Or just type sudo -s to get a shell with sudo.

-Monkey

----------

## slycordinator

If you guys are so hung up about having to enter the root password for su you should just never create an account and log in as root all the time.

----------

## pijalu

 *slycordinator wrote:*   

> If you guys are so hung up about having to enter the root password for su you should just never create an account and log in as root all the time.

 

I like the smell of napalm in the morning...

----------

## slycordinator

 *pijalu wrote:*   

>  *slycordinator wrote:*   If you guys are so hung up about having to enter the root password for su you should just never create an account and log in as root all the time. 
> 
> I like the smell of napalm in the morning...

 

Apocalypse Now?    :Laughing: 

But seriously, if you want to enter "su" and not be prompted for a password you might as well just log in as root all the time because the reason you use "su" is because if your box is compromised the person can only do the commands that the logged in user can do. And surely, they would try "su"  :Rolling Eyes: 

----------

## pijalu

 *slycordinator wrote:*   

> 
> 
> Apocalypse Now?   
> 
> But seriously, if you want to enter "su" and not be prompted for a password you might as well just log in as root all the time because the reason you use "su" is because if your box is compromised the person can only do the commands that the logged in user can do.

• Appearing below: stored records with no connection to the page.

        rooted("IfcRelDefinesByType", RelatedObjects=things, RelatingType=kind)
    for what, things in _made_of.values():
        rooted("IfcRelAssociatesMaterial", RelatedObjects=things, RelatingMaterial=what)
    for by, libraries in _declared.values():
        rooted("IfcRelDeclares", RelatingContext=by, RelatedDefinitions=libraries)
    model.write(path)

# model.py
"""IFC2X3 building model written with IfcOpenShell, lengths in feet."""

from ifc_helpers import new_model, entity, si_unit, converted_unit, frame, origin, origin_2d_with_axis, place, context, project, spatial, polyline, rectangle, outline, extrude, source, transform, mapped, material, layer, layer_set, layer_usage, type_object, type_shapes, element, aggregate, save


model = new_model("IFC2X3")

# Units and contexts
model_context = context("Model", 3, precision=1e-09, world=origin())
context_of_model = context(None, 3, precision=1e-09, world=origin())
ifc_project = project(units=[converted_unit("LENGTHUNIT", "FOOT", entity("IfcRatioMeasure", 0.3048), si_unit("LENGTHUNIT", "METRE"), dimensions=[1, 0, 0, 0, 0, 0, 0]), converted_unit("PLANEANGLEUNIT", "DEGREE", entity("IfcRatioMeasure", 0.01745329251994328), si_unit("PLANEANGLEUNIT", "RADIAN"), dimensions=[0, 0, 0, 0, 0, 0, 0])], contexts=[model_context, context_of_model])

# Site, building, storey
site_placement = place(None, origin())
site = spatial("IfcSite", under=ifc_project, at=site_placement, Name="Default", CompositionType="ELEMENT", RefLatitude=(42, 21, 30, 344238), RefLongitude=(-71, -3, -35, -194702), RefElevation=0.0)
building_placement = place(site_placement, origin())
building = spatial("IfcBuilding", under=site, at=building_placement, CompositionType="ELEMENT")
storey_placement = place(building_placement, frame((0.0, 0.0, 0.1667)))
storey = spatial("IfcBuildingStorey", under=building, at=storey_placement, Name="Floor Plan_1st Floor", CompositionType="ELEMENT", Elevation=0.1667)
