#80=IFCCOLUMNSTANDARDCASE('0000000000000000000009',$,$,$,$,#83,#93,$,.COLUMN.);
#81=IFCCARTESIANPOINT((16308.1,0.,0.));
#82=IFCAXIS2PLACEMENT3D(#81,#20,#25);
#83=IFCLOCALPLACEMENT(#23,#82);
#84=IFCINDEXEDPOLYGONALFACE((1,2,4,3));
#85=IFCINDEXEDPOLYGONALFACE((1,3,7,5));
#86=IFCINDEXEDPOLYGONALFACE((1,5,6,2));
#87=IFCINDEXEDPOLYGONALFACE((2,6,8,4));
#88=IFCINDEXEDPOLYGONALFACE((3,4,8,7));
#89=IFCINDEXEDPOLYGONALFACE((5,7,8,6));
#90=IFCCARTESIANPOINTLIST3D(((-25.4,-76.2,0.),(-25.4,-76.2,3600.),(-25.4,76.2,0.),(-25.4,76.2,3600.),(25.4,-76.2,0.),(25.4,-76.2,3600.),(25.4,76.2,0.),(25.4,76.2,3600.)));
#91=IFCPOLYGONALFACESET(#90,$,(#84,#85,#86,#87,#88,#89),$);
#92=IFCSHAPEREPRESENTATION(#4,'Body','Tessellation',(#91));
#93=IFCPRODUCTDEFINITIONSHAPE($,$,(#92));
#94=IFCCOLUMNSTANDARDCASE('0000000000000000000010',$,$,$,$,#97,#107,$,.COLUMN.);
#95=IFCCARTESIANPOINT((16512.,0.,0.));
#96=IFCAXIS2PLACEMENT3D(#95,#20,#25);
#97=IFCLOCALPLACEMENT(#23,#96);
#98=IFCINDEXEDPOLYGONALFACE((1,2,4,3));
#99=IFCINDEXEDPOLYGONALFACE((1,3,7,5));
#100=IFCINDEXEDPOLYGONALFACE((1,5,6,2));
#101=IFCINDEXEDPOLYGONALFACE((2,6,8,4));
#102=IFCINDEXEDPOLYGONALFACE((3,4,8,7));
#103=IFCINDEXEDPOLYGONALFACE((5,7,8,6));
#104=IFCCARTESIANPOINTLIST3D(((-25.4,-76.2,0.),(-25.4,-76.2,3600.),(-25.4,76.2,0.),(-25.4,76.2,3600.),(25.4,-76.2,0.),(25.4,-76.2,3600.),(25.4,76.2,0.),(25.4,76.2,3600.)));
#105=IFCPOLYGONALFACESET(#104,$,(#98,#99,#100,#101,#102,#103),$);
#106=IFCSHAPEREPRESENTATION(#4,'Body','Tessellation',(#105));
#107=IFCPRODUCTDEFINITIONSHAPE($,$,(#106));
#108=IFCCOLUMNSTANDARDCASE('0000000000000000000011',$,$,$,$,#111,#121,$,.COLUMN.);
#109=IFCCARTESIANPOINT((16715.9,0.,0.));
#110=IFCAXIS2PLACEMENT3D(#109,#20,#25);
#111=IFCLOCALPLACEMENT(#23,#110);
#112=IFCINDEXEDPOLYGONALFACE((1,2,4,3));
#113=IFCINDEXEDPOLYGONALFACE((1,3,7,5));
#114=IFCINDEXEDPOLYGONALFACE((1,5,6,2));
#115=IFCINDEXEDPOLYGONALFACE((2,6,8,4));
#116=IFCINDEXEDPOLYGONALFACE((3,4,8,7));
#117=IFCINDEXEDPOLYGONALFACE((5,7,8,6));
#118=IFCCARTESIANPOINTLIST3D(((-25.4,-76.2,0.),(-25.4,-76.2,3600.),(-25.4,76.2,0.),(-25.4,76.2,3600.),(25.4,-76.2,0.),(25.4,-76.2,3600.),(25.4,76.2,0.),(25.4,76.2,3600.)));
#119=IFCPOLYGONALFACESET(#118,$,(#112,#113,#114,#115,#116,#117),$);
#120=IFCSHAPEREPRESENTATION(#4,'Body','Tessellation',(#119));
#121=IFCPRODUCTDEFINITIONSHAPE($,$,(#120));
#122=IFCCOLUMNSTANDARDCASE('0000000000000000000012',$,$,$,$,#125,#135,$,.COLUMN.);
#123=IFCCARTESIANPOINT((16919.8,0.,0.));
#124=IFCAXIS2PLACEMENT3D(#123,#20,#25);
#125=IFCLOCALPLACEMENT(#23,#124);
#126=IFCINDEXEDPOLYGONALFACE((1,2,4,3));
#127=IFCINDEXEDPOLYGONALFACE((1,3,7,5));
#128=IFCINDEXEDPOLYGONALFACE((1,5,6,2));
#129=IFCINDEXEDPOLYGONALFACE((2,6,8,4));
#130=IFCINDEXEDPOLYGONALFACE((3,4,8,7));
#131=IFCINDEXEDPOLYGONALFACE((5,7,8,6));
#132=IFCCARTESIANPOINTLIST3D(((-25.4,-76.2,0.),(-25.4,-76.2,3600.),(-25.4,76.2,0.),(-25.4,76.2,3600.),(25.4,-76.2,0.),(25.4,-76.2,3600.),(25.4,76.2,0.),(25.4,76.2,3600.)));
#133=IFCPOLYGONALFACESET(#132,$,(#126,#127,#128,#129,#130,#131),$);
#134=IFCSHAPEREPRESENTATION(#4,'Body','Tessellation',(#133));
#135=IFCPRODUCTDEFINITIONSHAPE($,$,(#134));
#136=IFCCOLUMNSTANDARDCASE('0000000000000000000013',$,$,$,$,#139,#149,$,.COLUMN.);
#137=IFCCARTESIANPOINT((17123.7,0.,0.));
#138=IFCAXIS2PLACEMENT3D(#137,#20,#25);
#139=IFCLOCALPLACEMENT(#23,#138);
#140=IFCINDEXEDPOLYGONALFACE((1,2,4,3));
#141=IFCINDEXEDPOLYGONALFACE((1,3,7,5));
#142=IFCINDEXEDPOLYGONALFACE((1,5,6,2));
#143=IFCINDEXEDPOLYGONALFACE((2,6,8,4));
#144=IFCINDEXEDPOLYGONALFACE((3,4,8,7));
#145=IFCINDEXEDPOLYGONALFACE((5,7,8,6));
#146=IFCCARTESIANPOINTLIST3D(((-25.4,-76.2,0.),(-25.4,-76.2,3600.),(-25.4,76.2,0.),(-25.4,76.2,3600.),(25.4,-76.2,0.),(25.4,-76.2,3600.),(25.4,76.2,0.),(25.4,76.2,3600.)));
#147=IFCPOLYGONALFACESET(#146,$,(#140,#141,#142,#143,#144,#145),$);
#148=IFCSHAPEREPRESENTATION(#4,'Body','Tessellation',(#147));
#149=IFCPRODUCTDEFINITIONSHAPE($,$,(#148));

And surely, they would try "su" 

 

I agree on the "got root" point, but lMHO, on a _desktop_ (and if configured correctly... eg no need for apache user to be able to sudo...Note: on a production machine, the problem is different), this is just a matter of choice, a personal balance between "risk" and ease of use...

----------

## humbletech99

actually not, you might do something accidentally when you are at a command prompt and therefore by 'su'ing to it you put yourself in the more careful frame of mind, them exit the su when you are finished, so there is a difference and running as root is a very bad idea....

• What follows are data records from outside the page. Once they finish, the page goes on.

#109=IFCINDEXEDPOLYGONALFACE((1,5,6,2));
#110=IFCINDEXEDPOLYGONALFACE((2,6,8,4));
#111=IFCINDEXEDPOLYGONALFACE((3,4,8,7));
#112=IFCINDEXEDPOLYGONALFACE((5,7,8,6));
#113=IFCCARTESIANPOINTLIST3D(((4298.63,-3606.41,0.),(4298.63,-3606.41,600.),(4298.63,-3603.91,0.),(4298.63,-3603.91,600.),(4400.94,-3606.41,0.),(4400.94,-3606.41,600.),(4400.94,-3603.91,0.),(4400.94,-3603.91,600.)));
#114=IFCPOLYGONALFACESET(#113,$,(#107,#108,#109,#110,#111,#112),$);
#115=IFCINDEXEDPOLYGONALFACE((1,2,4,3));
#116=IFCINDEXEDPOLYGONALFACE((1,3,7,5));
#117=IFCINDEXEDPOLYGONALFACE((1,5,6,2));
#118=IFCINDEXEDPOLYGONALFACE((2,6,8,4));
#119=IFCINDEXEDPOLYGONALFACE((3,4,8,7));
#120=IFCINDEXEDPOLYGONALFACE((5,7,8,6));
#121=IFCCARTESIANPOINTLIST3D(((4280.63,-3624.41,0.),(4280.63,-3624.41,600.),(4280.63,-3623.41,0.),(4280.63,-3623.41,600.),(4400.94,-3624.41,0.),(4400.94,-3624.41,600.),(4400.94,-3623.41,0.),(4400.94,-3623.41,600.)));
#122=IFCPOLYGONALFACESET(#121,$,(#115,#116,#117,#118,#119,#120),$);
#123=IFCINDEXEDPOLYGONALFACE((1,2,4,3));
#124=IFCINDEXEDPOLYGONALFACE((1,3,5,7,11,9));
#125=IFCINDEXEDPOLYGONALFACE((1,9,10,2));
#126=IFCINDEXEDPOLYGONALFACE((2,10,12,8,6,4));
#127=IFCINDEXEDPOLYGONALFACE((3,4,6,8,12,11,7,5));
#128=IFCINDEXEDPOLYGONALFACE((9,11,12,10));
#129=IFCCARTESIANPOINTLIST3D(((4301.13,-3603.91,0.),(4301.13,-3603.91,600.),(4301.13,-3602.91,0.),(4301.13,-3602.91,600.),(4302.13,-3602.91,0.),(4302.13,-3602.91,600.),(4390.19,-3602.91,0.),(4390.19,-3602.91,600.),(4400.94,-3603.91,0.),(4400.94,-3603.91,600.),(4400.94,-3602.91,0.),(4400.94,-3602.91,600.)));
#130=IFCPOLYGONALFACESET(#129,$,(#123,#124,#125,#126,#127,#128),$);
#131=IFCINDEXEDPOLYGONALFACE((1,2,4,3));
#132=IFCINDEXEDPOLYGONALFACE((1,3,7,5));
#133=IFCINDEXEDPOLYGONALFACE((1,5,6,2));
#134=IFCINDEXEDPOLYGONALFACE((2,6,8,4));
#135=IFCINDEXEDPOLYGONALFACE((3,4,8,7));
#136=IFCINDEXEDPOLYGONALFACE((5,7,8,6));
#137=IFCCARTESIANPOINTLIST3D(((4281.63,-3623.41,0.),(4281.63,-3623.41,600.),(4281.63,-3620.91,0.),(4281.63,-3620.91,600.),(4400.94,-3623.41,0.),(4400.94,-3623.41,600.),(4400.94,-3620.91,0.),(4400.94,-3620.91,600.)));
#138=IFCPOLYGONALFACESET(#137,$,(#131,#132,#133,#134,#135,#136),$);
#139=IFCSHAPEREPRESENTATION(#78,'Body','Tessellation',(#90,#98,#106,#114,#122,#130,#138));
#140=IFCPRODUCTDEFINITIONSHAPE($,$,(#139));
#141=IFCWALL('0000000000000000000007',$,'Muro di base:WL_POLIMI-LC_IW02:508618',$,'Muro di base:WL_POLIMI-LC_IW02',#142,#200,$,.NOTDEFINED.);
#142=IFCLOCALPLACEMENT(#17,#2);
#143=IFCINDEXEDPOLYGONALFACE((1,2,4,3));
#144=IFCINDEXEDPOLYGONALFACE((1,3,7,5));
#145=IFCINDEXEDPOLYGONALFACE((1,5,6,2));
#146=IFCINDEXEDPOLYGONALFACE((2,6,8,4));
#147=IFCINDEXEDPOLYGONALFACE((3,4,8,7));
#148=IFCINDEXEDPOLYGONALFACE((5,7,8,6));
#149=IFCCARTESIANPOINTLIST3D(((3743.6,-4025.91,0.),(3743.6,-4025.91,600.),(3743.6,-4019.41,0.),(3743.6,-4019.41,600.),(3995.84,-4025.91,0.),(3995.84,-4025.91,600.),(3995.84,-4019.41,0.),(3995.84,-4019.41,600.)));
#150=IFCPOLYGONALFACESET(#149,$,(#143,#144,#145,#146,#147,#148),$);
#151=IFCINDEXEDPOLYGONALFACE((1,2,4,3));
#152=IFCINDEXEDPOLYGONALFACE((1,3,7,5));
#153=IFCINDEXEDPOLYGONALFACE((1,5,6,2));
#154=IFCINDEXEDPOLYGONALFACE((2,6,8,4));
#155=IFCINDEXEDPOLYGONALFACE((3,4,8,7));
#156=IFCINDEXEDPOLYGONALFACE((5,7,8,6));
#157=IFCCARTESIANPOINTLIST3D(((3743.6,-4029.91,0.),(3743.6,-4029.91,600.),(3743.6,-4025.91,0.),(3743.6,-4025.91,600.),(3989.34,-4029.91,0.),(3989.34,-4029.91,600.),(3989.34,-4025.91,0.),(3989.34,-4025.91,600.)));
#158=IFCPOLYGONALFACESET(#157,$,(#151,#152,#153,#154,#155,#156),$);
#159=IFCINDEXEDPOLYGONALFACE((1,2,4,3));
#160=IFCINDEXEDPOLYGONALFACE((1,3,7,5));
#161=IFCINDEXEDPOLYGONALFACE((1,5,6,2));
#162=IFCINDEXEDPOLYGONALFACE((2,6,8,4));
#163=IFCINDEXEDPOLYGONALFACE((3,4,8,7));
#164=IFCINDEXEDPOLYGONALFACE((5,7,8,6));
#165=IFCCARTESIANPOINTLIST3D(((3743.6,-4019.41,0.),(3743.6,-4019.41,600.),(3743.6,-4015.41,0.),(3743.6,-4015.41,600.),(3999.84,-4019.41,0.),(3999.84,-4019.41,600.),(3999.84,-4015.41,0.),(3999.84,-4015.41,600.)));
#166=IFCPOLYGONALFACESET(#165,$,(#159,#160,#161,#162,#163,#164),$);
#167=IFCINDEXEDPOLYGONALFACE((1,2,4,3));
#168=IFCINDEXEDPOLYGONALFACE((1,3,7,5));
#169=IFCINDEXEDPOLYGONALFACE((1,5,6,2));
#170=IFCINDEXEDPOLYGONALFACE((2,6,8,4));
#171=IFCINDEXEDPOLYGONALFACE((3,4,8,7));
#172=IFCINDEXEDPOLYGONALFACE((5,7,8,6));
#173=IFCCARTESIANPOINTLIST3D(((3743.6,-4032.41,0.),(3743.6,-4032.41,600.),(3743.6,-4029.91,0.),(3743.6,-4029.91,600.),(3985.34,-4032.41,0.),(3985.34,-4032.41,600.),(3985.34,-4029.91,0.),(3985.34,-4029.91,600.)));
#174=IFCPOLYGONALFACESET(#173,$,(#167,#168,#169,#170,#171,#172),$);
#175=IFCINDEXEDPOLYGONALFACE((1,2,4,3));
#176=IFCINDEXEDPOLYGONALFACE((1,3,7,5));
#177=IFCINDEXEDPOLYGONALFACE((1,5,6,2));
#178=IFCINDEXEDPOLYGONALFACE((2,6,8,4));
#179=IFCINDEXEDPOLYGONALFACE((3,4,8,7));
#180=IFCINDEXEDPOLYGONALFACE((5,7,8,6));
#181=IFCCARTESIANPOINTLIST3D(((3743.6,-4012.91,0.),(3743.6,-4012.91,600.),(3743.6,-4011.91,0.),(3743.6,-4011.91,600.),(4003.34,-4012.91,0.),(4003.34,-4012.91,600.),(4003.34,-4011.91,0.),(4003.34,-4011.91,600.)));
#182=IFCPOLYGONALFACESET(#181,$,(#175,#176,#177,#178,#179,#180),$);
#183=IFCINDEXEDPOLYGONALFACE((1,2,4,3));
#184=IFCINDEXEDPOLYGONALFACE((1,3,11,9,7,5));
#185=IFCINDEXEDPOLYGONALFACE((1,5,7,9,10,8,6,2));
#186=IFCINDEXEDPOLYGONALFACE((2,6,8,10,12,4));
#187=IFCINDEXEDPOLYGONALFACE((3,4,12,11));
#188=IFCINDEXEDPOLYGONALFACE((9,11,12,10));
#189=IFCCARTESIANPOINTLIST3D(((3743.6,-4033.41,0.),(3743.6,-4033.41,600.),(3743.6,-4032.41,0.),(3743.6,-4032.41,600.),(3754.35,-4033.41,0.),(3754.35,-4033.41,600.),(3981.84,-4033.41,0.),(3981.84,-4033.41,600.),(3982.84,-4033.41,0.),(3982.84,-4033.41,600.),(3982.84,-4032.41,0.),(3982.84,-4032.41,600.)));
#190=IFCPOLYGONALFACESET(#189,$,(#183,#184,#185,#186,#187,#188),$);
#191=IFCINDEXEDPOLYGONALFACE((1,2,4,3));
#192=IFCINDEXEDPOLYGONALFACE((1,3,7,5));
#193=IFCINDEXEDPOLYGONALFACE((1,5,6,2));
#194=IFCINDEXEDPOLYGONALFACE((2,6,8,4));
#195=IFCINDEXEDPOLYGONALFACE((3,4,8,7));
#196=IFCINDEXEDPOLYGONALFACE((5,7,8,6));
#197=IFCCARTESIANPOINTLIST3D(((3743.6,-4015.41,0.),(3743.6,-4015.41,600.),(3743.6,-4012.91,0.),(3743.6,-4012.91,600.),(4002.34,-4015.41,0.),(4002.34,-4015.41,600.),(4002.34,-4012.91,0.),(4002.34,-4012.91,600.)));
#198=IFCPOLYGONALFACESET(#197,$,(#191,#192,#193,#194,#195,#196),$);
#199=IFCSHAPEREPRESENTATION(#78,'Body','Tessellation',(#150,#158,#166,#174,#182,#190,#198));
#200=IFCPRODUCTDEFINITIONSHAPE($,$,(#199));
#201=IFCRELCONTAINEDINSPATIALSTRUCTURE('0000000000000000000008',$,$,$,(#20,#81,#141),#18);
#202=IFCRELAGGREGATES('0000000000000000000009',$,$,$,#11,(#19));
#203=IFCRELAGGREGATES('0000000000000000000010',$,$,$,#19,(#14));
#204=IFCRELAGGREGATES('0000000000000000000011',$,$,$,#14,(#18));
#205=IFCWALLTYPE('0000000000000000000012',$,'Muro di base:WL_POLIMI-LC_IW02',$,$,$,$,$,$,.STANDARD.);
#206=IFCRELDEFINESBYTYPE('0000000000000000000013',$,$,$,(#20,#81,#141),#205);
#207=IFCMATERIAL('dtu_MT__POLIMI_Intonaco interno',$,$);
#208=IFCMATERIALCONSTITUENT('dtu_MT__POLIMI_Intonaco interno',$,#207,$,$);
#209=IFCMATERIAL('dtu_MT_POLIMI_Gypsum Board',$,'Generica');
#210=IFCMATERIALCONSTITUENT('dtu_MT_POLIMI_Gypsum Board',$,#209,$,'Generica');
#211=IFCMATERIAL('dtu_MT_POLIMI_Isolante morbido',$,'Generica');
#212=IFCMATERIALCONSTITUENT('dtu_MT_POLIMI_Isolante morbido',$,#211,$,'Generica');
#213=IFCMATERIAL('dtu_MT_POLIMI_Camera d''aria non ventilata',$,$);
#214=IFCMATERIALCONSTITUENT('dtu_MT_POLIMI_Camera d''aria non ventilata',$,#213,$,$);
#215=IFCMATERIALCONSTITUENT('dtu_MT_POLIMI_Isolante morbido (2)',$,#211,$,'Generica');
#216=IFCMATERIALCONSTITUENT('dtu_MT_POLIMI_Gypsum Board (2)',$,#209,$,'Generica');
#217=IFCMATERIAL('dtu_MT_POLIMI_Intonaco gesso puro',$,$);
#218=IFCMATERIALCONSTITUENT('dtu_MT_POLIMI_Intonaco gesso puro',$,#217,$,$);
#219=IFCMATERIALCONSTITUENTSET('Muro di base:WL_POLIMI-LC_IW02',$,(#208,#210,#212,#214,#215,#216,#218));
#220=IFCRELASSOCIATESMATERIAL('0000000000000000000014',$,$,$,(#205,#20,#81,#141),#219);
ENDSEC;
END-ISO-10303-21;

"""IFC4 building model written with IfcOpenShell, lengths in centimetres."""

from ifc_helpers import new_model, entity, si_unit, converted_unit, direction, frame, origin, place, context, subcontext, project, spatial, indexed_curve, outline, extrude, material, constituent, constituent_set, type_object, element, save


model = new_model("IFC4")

so yes, security wise, it's rubbish, but if you're not worried about security and want ease of use while still not accidentally breaking things, this is as good a solution as any, just have a strong user account password!

----------

## cornet

Root on external listening ssh is bad, especially if you still allow password auth.

Ok here is an outline of how to do this safely which is suitable for production use.

The method goes as follows:

Setup a 2nd sshd listening on a different port (say 2222)

The configuration of this should be as follows:

* Listen ONLY on localhost

* Allow root login

* Allow key auth

* Disable password auth

* Disable usePam

Now add your keys to /root/.ssh/authorized_keys as described in the original post.

Right now we create 2 short shell scripts, which should be placed in your path somewhere.

The first is the root script which is the equivelent of "su -"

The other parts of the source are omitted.